The Green Atlas Cartographer is an innovative combination of hardware and software that allows flower and fruit counts to be quickly and accurately mapped over entire orchards. With high resolution AI assisted mapping, our customers know every block and every tree, to help manage the life cycle from flower to fruit.
Watch the Cartographer system in action! This video provides an overview of how scanning is performed in your orchard and the high resolution, high quality results you can expect, providing actionable insight for every tree.
Green Atlas’ orchard scanning platform Cartographer captures extremely high resolution data everywhere, to make every tree, flower and fruit count. And it’s fast! At up to 8 hectares per hour, it’s easy to scan alongside other farm activity.
Know the relative performance of different blocks, comparing overall yield and the evenness of the distribution. Know how well your thinning program worked and adapt for next year.
Know the variability within each block. Determine management zones to address variability and achieve consistency every year.
Go beyond 2D and know the performance of the lower and upper canopy. The trees on the right are one year older and bear more fruit up top, while the lower canopy has been managed evenly. Predict the increased harvest labour with more fruit in the upper canopy. During flowering, manage the different timing of lower and upper canopy bloom.

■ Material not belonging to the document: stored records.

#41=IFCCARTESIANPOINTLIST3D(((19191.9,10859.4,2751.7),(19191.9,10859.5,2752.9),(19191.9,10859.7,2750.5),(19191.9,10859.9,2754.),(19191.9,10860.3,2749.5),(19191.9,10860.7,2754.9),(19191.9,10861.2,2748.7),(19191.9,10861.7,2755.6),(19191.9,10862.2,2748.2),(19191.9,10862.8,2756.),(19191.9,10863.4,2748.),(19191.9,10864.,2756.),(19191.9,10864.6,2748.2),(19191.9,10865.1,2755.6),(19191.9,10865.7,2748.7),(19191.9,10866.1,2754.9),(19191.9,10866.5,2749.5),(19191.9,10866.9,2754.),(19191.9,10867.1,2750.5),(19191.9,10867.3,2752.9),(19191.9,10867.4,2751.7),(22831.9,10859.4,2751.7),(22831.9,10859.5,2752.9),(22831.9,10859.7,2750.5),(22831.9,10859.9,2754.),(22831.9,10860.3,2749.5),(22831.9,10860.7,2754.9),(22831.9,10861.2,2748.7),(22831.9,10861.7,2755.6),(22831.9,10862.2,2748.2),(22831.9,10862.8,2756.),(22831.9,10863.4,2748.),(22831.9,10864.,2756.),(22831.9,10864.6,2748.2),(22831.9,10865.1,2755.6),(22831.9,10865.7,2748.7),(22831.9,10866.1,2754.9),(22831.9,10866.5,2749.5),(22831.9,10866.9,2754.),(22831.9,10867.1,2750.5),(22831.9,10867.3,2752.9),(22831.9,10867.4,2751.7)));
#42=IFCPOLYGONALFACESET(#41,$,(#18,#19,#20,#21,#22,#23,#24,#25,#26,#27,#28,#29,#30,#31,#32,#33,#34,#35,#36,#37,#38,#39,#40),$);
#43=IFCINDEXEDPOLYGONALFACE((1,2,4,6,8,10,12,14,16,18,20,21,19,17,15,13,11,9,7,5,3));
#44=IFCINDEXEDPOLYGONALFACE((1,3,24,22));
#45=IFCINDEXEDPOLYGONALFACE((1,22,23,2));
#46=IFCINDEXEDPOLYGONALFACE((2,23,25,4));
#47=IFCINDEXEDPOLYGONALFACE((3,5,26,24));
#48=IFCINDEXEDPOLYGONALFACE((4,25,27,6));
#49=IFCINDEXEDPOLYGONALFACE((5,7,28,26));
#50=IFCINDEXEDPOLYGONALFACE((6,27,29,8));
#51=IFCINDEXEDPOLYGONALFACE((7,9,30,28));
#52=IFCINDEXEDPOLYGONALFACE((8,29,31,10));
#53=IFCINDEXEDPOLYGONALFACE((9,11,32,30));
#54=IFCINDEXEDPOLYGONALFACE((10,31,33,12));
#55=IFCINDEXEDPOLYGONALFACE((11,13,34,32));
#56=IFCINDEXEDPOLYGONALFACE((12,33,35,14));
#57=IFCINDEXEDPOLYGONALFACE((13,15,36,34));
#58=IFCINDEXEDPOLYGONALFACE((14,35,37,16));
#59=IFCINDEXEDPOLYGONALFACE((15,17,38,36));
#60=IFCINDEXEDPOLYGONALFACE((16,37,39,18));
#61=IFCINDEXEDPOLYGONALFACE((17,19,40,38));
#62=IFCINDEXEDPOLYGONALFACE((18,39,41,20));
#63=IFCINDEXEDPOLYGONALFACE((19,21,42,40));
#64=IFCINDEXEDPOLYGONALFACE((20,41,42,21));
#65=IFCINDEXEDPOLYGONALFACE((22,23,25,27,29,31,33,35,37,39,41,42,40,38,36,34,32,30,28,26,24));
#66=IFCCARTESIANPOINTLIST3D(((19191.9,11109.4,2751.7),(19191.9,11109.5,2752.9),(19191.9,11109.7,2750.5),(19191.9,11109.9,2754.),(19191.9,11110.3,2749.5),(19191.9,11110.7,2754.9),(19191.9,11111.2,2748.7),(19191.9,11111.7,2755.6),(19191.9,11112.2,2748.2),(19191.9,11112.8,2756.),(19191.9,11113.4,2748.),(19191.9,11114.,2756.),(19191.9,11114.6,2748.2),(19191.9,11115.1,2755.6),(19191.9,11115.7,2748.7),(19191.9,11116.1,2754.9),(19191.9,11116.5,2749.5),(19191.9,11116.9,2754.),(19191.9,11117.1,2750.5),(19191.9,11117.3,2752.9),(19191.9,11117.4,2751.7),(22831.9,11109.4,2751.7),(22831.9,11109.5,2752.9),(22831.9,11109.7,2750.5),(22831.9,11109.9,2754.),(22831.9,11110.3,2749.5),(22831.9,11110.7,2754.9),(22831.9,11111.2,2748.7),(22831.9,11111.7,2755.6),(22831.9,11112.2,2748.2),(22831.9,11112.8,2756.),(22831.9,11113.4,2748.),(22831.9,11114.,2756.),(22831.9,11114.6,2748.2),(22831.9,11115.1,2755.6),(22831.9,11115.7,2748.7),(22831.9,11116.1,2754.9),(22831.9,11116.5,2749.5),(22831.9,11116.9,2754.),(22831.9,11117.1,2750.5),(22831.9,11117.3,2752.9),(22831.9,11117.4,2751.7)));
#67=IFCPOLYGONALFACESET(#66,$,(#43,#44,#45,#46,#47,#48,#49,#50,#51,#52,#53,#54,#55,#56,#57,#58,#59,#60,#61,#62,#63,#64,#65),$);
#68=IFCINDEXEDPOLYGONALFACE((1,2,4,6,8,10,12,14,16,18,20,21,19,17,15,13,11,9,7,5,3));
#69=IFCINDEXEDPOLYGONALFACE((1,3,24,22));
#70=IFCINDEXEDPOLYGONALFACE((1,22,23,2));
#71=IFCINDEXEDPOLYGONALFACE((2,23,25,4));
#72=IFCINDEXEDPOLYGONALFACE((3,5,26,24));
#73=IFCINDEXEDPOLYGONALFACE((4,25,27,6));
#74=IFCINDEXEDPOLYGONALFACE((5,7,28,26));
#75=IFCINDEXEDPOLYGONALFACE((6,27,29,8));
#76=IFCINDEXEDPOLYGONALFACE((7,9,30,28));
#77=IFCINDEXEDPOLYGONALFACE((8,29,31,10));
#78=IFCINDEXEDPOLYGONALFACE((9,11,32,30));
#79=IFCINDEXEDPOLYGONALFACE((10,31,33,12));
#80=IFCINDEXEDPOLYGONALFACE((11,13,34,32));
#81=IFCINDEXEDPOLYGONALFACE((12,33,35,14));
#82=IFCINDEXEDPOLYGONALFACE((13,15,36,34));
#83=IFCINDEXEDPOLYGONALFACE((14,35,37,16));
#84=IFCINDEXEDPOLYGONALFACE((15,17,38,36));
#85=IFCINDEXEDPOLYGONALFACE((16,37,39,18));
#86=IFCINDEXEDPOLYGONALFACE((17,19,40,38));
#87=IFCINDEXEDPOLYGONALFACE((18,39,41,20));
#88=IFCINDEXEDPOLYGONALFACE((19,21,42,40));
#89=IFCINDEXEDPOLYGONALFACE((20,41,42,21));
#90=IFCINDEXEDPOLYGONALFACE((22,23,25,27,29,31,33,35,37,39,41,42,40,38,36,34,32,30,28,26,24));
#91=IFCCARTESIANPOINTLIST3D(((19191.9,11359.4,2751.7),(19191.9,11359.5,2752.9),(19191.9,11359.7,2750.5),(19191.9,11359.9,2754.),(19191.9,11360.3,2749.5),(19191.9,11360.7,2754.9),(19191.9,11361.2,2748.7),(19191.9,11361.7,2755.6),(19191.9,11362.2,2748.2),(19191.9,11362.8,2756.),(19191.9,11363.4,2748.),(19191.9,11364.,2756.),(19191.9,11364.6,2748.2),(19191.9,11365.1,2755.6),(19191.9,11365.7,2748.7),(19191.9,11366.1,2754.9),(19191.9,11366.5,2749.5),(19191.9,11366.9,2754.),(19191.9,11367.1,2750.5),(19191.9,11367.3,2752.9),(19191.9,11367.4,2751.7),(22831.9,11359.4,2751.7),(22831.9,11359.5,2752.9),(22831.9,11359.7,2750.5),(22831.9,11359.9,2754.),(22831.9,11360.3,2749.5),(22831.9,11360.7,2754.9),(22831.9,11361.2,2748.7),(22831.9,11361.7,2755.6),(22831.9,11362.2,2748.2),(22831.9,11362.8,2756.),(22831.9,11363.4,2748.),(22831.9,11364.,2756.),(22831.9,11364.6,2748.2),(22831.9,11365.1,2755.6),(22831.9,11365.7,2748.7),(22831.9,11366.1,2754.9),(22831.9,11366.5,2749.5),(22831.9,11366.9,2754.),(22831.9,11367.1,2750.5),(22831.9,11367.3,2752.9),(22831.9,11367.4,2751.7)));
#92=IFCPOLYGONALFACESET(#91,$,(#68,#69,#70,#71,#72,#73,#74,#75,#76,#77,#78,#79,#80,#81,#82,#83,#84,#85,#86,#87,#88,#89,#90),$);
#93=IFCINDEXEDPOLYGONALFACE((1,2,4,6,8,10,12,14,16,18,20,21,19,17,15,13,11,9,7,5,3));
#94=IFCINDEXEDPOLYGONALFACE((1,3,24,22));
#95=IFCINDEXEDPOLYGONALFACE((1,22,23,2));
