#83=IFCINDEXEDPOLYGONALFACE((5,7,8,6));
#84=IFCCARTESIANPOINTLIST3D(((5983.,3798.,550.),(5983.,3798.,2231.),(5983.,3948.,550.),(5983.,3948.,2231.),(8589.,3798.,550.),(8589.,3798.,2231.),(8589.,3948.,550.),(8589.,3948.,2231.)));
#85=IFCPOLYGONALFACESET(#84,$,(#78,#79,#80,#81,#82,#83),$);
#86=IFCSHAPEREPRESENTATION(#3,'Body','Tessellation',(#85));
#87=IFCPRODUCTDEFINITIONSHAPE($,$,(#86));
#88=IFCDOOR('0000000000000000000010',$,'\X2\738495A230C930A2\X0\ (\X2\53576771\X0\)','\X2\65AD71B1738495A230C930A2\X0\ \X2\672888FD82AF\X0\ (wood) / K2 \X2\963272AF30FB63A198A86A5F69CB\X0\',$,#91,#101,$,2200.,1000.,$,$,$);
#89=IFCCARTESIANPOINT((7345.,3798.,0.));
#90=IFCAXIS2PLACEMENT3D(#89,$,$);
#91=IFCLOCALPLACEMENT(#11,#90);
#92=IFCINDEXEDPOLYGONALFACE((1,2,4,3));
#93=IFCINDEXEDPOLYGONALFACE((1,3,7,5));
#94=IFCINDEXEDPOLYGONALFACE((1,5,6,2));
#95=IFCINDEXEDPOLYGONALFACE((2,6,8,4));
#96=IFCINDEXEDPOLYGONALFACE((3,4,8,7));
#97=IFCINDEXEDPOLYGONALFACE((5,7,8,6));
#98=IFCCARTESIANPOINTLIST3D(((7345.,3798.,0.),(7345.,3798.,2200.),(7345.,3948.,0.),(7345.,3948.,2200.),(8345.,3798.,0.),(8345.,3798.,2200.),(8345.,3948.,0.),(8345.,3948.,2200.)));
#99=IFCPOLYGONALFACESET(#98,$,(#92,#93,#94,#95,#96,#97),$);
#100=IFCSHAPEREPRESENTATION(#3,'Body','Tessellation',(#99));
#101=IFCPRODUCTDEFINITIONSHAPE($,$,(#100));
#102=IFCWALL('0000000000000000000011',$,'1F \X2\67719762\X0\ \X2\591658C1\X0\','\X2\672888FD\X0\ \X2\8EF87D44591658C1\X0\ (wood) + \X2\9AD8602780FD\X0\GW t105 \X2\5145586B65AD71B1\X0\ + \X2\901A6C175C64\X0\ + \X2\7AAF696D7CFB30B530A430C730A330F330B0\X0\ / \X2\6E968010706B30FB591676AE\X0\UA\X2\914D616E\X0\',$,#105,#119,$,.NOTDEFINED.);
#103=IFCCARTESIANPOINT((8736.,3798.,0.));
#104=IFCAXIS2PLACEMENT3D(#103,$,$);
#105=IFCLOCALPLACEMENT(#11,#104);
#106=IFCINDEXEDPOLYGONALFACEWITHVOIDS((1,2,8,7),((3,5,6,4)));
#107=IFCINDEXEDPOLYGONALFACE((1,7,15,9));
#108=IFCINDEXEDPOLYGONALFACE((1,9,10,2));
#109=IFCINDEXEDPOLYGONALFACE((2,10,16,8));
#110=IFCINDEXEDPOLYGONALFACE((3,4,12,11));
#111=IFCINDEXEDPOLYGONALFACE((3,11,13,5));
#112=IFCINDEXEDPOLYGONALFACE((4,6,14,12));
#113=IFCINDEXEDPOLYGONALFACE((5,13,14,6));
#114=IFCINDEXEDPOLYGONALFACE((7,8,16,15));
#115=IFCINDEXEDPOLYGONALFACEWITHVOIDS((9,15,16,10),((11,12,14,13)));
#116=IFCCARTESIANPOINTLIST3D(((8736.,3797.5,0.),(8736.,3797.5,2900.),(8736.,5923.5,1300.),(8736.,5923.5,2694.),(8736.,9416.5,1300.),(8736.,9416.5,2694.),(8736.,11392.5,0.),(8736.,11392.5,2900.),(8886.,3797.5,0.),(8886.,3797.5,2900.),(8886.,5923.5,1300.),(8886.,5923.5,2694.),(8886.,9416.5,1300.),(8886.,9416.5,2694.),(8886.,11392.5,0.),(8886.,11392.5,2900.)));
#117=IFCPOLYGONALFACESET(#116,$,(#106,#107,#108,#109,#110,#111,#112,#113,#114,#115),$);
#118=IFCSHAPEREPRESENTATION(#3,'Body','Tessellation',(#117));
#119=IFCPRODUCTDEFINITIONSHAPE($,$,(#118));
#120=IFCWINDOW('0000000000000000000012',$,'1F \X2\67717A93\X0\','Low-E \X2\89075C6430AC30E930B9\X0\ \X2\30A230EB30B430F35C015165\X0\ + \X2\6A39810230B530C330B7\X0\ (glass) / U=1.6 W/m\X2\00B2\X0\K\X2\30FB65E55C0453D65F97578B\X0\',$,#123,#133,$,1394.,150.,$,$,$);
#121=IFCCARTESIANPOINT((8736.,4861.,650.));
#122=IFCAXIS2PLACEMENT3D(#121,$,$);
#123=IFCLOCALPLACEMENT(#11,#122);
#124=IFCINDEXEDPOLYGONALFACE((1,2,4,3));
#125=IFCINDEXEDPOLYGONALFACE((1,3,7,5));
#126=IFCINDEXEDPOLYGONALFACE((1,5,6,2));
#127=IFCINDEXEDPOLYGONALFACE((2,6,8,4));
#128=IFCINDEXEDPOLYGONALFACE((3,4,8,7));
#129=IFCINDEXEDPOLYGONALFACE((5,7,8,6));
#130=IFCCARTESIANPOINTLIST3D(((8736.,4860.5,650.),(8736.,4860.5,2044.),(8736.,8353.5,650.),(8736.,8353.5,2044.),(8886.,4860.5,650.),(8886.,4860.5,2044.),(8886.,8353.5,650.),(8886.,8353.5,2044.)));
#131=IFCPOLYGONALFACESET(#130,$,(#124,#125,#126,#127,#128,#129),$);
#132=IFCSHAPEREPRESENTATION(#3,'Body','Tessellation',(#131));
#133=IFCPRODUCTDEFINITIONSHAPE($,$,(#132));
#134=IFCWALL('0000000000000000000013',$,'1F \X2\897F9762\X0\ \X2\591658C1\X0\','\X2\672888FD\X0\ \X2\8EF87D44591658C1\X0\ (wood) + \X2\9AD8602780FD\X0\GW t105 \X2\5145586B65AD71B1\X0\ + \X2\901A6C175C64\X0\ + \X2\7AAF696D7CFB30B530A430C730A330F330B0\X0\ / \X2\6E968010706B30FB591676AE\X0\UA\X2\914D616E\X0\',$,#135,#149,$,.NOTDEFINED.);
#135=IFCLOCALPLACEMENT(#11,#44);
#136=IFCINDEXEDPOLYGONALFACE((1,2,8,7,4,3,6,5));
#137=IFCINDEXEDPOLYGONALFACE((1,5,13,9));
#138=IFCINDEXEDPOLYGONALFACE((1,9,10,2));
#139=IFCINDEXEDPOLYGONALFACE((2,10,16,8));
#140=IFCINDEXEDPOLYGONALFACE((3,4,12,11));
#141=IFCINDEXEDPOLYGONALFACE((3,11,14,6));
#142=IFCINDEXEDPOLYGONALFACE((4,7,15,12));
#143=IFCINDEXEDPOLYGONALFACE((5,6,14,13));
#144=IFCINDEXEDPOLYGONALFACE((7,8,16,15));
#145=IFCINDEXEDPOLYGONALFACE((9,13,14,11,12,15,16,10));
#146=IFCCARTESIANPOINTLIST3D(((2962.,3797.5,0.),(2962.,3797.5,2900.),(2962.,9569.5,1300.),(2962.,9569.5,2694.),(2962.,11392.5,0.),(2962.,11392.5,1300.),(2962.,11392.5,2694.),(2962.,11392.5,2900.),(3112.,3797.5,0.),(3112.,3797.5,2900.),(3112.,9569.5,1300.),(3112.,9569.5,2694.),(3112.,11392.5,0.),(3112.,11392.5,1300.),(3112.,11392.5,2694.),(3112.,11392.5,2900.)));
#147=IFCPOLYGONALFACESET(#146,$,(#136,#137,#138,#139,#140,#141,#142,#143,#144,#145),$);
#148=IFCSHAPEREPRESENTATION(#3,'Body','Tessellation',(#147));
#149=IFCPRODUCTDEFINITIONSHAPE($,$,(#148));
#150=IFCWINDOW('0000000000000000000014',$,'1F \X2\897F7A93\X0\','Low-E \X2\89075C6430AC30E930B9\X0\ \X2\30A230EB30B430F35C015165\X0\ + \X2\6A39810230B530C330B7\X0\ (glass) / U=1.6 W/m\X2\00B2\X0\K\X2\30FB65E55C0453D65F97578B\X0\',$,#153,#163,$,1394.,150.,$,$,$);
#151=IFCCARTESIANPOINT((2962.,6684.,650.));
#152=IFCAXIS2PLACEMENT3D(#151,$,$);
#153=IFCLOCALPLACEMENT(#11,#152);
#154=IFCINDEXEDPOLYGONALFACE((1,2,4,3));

Cartographer uses LiDAR to measure tree canopy geometry throughout the orchard. This includes tree height, canopy area/volume and canopy density. Define treatment zones or make informed spray and pruning decisions throughout the season! Top right: apple tree volume; Bottom right: wine grape vine volume.
The Cartographer has been busy working across multiple crop types including almonds, apples, avocados, cherries, citrus, grapes (wine and table), kiwifruit, macadamia, pears, and stone-fruit (most varieties) across the spectrum of fruit lifecycle, from flowering to mature fruit, and in the case of almonds, post-harvest to map ‘mummified’ nuts left on the trees.
More than 35,000 hectares (~86,000 acres) of tree-crops have been scanned to-date!
Even more crop types and phenological stages are constantly being added to the Cartographer’s repertoire, as are new uses for the resulting data.